**WORK TO BE COMPLETED**
Every line of the entries below from the one containing "#19=IFCINDEXEDPOLYGONALFACE((1,3,7,5));" to the one containing "#27=IFCPRODUCTDEFINITIONSHAPE($,$,(#26));", both ends included, must be written out exactly. No other line belongs in the answer.

**RECORDS FOR THE TASK**
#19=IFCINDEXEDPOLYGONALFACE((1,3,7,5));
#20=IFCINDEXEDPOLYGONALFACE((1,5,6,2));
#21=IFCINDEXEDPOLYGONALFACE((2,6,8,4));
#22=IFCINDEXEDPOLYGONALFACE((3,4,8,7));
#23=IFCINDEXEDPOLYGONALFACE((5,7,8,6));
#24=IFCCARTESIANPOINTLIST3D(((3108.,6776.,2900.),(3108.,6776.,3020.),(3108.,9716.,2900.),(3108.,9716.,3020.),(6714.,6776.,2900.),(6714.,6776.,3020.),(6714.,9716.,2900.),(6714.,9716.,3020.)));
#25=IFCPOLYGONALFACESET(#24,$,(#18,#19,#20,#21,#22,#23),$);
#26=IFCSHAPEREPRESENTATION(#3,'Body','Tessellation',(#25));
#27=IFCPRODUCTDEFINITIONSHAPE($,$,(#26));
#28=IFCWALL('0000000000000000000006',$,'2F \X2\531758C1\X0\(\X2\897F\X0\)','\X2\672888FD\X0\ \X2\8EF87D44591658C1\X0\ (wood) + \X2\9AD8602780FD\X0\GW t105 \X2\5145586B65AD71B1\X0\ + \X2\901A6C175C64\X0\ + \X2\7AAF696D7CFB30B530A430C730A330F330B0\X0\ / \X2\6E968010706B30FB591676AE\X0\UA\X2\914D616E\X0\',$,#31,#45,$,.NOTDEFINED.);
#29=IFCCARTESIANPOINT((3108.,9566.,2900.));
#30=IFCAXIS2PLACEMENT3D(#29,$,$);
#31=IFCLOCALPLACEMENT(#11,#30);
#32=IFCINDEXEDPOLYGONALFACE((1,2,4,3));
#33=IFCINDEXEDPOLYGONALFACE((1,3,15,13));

==

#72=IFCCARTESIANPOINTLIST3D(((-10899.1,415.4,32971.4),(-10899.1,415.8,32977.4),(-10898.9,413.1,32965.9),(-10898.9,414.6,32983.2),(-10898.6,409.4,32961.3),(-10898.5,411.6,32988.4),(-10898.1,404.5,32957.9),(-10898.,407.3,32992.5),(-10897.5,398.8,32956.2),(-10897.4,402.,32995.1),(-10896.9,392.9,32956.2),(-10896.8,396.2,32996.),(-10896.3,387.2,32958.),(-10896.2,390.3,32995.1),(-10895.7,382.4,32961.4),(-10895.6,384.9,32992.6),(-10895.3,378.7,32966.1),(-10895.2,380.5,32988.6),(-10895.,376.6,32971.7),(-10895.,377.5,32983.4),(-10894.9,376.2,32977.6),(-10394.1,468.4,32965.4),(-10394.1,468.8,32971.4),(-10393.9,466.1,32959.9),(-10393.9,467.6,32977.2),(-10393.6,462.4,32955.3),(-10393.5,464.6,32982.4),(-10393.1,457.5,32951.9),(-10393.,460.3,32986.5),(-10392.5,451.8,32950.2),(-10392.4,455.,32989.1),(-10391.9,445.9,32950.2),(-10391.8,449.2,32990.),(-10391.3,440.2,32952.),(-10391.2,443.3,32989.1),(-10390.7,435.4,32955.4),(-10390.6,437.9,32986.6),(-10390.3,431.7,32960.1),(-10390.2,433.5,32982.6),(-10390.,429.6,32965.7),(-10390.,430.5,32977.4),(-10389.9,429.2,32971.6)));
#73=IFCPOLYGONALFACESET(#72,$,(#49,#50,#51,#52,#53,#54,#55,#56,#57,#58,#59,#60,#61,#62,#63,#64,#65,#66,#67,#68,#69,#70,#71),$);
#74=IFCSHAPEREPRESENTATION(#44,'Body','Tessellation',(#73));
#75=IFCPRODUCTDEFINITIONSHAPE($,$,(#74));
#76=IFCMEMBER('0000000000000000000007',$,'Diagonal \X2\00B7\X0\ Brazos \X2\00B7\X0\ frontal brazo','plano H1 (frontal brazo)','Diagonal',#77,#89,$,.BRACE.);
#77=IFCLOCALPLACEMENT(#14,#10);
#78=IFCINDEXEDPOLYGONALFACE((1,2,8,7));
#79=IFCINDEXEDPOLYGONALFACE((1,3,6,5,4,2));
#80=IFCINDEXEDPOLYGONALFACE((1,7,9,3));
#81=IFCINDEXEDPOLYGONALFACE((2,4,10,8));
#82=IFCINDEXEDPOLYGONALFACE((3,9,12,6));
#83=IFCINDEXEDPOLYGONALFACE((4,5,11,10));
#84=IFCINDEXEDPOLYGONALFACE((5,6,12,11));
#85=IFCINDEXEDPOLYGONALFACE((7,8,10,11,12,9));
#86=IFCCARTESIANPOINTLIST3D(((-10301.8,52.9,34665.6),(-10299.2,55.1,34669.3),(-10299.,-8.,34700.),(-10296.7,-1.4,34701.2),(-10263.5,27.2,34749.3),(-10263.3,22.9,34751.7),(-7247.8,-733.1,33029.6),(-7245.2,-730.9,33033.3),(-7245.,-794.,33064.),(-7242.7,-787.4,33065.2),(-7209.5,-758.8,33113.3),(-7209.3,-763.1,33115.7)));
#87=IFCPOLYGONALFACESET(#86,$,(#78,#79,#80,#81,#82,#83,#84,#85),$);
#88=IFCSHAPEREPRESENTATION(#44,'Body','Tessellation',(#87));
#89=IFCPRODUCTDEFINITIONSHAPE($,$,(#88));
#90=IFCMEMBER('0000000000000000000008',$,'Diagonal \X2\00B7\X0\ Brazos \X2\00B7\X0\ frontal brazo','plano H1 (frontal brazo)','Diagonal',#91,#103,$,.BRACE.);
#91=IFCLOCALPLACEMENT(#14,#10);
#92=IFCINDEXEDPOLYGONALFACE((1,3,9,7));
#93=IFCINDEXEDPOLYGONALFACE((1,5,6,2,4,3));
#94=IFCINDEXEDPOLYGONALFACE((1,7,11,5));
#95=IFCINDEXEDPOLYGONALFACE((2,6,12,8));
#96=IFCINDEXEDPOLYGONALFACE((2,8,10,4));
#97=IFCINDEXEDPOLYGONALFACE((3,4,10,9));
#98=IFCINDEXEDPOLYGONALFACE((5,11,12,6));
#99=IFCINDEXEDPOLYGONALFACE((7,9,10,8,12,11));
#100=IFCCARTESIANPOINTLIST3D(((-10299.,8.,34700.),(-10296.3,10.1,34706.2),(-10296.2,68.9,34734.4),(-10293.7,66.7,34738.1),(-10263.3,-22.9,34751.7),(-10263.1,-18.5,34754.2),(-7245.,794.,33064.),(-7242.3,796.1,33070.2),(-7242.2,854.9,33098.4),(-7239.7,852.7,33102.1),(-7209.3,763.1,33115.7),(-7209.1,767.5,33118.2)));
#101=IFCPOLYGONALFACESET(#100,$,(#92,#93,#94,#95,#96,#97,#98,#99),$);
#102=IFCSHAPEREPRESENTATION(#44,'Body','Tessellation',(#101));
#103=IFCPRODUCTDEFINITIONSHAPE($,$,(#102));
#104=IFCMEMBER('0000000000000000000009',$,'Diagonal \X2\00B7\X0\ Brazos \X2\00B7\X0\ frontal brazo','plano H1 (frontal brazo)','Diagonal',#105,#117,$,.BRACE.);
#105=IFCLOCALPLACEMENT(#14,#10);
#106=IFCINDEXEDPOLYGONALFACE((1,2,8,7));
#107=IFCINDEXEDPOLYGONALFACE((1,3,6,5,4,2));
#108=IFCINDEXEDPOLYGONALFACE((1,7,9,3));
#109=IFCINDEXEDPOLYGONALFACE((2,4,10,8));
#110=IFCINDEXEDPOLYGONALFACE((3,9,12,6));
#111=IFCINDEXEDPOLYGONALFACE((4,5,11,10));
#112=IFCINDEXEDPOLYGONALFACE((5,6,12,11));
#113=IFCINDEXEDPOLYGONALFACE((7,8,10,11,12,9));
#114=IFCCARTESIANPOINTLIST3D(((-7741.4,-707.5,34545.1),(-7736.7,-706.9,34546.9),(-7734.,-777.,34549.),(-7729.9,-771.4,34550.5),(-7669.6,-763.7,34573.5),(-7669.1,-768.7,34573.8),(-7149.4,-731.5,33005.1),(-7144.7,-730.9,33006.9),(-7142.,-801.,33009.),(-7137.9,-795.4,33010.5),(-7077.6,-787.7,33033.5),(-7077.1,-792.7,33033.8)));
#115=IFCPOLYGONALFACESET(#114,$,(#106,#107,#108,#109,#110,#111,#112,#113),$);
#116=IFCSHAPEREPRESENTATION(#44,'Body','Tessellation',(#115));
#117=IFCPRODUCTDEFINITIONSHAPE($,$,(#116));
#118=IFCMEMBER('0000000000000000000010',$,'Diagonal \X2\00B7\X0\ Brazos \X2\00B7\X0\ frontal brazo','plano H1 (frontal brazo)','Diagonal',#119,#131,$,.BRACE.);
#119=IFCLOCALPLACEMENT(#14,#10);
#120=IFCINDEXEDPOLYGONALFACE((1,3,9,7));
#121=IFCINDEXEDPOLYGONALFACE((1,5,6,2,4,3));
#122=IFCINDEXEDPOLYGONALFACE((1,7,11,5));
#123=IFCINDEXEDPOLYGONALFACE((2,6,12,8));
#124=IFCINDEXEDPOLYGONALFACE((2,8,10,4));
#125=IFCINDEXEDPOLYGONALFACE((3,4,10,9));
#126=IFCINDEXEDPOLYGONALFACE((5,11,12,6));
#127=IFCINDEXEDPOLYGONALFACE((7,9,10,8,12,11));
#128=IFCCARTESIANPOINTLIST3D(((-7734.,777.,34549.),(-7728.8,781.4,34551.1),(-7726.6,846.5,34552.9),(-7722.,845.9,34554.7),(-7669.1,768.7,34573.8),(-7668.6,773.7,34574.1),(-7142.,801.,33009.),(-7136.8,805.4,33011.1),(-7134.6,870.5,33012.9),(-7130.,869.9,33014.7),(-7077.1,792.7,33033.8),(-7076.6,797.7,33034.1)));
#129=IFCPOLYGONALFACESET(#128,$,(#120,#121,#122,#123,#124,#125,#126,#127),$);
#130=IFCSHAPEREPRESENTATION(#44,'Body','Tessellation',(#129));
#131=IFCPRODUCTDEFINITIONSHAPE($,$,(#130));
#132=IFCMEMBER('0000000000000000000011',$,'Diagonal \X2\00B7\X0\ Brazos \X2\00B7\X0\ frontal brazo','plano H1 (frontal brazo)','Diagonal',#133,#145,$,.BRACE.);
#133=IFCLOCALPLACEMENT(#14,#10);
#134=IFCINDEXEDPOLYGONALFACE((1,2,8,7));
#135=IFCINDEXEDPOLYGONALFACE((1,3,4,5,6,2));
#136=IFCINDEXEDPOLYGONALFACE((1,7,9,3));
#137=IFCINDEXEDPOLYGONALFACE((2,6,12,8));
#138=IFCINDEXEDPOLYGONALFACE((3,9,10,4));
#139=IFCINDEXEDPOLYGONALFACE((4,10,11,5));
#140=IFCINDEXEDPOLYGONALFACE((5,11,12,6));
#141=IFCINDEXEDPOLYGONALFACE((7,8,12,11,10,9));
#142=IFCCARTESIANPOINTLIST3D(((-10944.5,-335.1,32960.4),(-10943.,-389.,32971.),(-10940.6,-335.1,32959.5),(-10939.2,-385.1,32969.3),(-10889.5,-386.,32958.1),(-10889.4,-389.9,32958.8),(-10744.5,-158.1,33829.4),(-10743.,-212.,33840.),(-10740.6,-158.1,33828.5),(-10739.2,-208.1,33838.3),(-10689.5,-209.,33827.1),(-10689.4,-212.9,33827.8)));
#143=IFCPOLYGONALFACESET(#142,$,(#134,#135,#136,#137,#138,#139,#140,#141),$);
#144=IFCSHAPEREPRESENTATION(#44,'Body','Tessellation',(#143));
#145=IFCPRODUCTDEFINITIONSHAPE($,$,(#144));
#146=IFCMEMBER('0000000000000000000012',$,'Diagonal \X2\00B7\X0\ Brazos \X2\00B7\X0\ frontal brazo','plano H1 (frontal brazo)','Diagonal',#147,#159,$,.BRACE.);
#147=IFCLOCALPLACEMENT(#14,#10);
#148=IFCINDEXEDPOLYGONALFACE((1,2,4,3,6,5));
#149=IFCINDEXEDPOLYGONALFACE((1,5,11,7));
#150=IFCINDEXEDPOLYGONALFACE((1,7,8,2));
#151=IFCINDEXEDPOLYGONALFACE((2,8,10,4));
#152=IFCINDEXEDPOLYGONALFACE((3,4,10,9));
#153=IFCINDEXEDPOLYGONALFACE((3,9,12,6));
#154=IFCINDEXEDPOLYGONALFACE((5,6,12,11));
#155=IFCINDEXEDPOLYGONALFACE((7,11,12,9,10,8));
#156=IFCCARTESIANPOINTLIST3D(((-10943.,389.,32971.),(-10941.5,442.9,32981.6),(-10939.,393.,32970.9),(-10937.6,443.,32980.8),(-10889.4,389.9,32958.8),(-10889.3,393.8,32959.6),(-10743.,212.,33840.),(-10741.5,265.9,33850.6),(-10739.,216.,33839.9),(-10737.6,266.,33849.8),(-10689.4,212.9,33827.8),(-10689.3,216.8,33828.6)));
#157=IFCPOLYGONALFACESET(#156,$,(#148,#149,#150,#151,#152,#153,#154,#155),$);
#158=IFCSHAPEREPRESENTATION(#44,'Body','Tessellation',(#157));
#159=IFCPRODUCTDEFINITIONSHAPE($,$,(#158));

* * *

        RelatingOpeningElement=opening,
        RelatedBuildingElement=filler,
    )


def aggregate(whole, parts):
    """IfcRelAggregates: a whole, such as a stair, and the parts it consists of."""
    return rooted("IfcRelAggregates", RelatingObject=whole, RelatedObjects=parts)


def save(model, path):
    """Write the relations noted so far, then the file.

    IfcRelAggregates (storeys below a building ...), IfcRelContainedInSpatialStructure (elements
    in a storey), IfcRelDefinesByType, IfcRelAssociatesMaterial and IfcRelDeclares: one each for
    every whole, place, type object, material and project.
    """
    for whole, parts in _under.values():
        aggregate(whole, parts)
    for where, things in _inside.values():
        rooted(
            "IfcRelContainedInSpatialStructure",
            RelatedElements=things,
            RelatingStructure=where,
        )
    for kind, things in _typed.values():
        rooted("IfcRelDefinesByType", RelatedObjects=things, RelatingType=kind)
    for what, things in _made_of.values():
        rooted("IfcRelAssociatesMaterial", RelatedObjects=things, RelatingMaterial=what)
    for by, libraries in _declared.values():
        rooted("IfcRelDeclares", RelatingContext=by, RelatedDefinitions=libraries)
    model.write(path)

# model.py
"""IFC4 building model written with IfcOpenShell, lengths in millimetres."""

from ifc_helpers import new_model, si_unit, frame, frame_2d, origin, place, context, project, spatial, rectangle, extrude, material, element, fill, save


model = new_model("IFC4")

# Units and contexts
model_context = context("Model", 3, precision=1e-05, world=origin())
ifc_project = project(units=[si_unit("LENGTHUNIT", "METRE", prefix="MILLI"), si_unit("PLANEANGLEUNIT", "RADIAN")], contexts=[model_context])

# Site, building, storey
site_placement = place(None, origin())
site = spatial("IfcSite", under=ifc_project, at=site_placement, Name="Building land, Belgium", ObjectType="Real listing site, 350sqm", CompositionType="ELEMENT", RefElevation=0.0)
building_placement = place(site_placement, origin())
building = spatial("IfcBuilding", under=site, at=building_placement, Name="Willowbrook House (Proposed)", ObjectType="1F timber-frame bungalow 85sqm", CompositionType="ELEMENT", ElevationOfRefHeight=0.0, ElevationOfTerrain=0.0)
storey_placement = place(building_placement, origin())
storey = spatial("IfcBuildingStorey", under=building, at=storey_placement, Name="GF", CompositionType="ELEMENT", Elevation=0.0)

**TASK RESULT**
#19=IFCINDEXEDPOLYGONALFACE((1,3,7,5));
#20=IFCINDEXEDPOLYGONALFACE((1,5,6,2));
#21=IFCINDEXEDPOLYGONALFACE((2,6,8,4));
#22=IFCINDEXEDPOLYGONALFACE((3,4,8,7));
#23=IFCINDEXEDPOLYGONALFACE((5,7,8,6));
#24=IFCCARTESIANPOINTLIST3D(((3108.,6776.,2900.),(3108.,6776.,3020.),(3108.,9716.,2900.),(3108.,9716.,3020.),(6714.,6776.,2900.),(6714.,6776.,3020.),(6714.,9716.,2900.),(6714.,9716.,3020.)));
#25=IFCPOLYGONALFACESET(#24,$,(#18,#19,#20,#21,#22,#23),$);
#26=IFCSHAPEREPRESENTATION(#3,'Body','Tessellation',(#25));
#27=IFCPRODUCTDEFINITIONSHAPE($,$,(#26));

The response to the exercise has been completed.